:: Given records
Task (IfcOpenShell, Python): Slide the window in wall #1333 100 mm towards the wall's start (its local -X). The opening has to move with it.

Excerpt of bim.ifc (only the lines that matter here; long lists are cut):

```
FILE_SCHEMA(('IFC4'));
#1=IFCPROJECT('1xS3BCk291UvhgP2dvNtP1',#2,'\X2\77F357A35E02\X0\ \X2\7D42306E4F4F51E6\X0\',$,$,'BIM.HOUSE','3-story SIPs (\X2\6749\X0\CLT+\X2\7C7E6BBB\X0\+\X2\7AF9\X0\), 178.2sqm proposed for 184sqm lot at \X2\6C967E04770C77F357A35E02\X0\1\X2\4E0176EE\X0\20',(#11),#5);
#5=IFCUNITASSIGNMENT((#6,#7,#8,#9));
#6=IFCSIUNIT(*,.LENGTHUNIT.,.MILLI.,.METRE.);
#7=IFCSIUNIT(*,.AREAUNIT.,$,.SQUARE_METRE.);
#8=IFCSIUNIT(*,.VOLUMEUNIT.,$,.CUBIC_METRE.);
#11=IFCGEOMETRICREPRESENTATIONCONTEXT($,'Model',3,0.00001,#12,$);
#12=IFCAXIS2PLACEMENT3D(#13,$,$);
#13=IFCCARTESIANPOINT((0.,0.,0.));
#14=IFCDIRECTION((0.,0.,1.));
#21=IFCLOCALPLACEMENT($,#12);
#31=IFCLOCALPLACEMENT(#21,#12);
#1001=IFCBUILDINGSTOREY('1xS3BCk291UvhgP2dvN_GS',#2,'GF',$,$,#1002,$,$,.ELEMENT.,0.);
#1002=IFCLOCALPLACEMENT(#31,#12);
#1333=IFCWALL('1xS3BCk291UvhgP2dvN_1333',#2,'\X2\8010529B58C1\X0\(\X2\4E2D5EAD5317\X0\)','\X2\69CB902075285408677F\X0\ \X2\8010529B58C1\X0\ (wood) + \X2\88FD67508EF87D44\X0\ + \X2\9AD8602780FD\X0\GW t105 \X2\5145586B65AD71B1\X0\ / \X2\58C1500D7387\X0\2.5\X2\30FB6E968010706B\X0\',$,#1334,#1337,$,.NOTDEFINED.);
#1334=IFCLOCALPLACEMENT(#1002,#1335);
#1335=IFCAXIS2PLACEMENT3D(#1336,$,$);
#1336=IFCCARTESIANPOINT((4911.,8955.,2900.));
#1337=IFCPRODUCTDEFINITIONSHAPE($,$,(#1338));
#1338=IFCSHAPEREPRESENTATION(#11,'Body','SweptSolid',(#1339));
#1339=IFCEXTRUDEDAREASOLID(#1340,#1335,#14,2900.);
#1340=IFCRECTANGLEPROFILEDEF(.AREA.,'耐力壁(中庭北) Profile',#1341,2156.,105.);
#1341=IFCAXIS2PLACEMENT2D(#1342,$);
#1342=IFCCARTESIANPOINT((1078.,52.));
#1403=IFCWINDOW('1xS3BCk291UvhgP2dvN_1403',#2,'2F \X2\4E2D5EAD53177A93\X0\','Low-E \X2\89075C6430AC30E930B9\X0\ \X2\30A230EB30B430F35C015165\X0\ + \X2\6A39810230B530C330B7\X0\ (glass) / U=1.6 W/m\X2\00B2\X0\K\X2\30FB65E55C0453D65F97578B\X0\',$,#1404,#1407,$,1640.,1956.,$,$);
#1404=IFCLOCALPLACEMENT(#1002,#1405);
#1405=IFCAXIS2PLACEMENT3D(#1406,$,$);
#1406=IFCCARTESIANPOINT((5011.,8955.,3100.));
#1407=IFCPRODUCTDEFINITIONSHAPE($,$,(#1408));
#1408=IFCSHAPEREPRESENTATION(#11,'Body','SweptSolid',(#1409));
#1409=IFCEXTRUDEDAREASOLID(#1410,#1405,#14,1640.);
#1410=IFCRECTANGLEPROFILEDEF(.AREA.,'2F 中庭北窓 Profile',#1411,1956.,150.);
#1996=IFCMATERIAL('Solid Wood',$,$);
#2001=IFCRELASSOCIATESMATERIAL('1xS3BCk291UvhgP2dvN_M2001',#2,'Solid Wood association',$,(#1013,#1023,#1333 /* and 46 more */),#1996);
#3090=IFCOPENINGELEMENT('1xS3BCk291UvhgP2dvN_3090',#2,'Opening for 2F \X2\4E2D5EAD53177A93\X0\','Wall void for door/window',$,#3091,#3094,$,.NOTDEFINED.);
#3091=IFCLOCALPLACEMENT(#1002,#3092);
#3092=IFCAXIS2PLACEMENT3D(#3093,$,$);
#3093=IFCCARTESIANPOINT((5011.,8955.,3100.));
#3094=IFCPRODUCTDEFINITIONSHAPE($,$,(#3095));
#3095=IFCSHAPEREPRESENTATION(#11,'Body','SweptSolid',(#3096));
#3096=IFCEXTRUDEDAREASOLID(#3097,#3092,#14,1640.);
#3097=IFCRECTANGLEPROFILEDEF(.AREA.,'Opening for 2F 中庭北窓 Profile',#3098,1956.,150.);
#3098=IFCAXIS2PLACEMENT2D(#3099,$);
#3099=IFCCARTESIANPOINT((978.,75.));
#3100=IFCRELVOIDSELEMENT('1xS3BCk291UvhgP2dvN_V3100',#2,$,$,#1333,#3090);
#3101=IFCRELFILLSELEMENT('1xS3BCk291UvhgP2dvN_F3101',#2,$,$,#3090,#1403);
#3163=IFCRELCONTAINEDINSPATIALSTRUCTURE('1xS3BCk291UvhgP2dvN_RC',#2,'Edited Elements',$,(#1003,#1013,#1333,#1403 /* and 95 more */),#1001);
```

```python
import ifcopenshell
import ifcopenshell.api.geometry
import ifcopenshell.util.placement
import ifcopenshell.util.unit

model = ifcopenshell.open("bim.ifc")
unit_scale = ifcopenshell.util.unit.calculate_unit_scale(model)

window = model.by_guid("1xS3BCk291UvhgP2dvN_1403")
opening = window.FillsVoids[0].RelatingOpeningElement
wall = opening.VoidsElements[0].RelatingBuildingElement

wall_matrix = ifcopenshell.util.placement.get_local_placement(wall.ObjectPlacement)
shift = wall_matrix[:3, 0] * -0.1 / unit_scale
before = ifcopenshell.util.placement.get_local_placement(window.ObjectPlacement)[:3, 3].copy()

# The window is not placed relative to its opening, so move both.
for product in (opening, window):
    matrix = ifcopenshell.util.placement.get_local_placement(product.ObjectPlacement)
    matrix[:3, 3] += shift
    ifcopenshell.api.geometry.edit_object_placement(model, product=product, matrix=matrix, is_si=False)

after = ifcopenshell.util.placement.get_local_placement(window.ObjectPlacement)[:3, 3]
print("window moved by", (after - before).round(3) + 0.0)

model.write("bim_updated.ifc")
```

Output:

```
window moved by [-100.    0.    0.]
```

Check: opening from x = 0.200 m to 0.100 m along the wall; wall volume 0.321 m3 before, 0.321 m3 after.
::::
:: Given records
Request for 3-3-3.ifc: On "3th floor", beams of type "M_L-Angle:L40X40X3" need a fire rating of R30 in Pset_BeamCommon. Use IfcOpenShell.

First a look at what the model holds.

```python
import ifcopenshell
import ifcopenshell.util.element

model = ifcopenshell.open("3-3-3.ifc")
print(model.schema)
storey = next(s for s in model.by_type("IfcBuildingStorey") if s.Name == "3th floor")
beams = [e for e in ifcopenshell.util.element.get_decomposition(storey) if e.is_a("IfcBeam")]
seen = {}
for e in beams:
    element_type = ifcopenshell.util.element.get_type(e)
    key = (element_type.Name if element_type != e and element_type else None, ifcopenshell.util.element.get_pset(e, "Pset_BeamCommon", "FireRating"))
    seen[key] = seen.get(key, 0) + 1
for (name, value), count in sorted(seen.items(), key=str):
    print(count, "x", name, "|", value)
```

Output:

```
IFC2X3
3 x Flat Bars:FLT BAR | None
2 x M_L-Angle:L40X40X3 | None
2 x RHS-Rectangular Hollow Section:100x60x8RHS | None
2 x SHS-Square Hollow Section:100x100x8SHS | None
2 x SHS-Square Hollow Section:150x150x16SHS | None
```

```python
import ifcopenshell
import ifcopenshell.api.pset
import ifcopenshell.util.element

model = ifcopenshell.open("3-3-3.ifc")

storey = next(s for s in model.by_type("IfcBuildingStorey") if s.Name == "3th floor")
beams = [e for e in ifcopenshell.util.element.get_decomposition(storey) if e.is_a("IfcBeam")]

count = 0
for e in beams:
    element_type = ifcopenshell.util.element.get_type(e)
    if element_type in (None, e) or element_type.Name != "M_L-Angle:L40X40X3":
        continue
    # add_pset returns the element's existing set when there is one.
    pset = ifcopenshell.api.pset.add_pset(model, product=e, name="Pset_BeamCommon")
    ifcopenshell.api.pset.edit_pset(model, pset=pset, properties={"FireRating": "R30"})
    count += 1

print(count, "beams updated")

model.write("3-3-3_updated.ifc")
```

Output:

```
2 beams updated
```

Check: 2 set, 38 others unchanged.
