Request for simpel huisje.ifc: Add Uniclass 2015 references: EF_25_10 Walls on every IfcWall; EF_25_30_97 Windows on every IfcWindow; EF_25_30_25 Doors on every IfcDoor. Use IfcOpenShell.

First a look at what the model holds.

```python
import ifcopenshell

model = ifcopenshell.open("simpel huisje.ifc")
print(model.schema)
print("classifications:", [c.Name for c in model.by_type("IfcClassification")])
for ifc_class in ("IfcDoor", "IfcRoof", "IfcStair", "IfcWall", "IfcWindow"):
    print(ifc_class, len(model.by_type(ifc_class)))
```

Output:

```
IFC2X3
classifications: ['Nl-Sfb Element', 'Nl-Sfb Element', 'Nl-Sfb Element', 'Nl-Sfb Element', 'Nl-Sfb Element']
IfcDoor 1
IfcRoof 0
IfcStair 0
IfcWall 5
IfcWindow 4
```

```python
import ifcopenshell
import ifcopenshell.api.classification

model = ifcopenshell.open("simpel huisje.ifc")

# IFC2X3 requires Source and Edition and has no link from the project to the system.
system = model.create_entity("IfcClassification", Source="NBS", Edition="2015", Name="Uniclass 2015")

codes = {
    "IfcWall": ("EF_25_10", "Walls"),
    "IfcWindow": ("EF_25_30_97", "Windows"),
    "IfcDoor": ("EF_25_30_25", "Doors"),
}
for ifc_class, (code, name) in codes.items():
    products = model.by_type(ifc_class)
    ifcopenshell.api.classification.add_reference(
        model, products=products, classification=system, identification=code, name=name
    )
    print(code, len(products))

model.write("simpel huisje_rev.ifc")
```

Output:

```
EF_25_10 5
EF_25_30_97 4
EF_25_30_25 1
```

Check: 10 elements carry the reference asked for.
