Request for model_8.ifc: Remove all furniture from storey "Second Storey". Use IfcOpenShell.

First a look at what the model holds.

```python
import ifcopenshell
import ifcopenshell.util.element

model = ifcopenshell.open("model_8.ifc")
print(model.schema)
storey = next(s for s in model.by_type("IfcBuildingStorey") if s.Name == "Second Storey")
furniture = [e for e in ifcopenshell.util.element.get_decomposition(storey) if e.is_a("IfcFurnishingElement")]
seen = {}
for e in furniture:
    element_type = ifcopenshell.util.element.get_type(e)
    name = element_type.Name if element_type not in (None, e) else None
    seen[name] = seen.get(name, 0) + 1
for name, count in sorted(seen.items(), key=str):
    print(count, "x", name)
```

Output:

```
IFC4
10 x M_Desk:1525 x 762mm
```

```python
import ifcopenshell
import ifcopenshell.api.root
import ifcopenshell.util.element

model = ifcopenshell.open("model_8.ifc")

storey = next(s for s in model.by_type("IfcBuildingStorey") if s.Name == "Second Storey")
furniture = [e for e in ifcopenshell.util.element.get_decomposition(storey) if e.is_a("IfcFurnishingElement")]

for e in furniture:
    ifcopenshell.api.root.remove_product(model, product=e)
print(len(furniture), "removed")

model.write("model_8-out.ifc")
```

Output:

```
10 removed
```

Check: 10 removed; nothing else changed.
::::
# [Task prompt]
The expected result is every line above containing the string "NOTDEFINED".

# [Expected answer]
#1333=IFCWALL('1xS3BCk291UvhgP2dvN_1333',#2,'\X2\8010529B58C1\X0\(\X2\4E2D5EAD5317\X0\)','\X2\69CB902075285408677F\X0\ \X2\8010529B58C1\X0\ (wood) + \X2\88FD67508EF87D44\X0\ + \X2\9AD8602780FD\X0\GW t105 \X2\5145586B65AD71B1\X0\ / \X2\58C1500D7387\X0\2.5\X2\30FB6E968010706B\X0\',$,#1334,#1337,$,.NOTDEFINED.);
#3090=IFCOPENINGELEMENT('1xS3BCk291UvhgP2dvN_3090',#2,'Opening for 2F \X2\4E2D5EAD53177A93\X0\','Wall void for door/window',$,#3091,#3094,$,.NOTDEFINED.);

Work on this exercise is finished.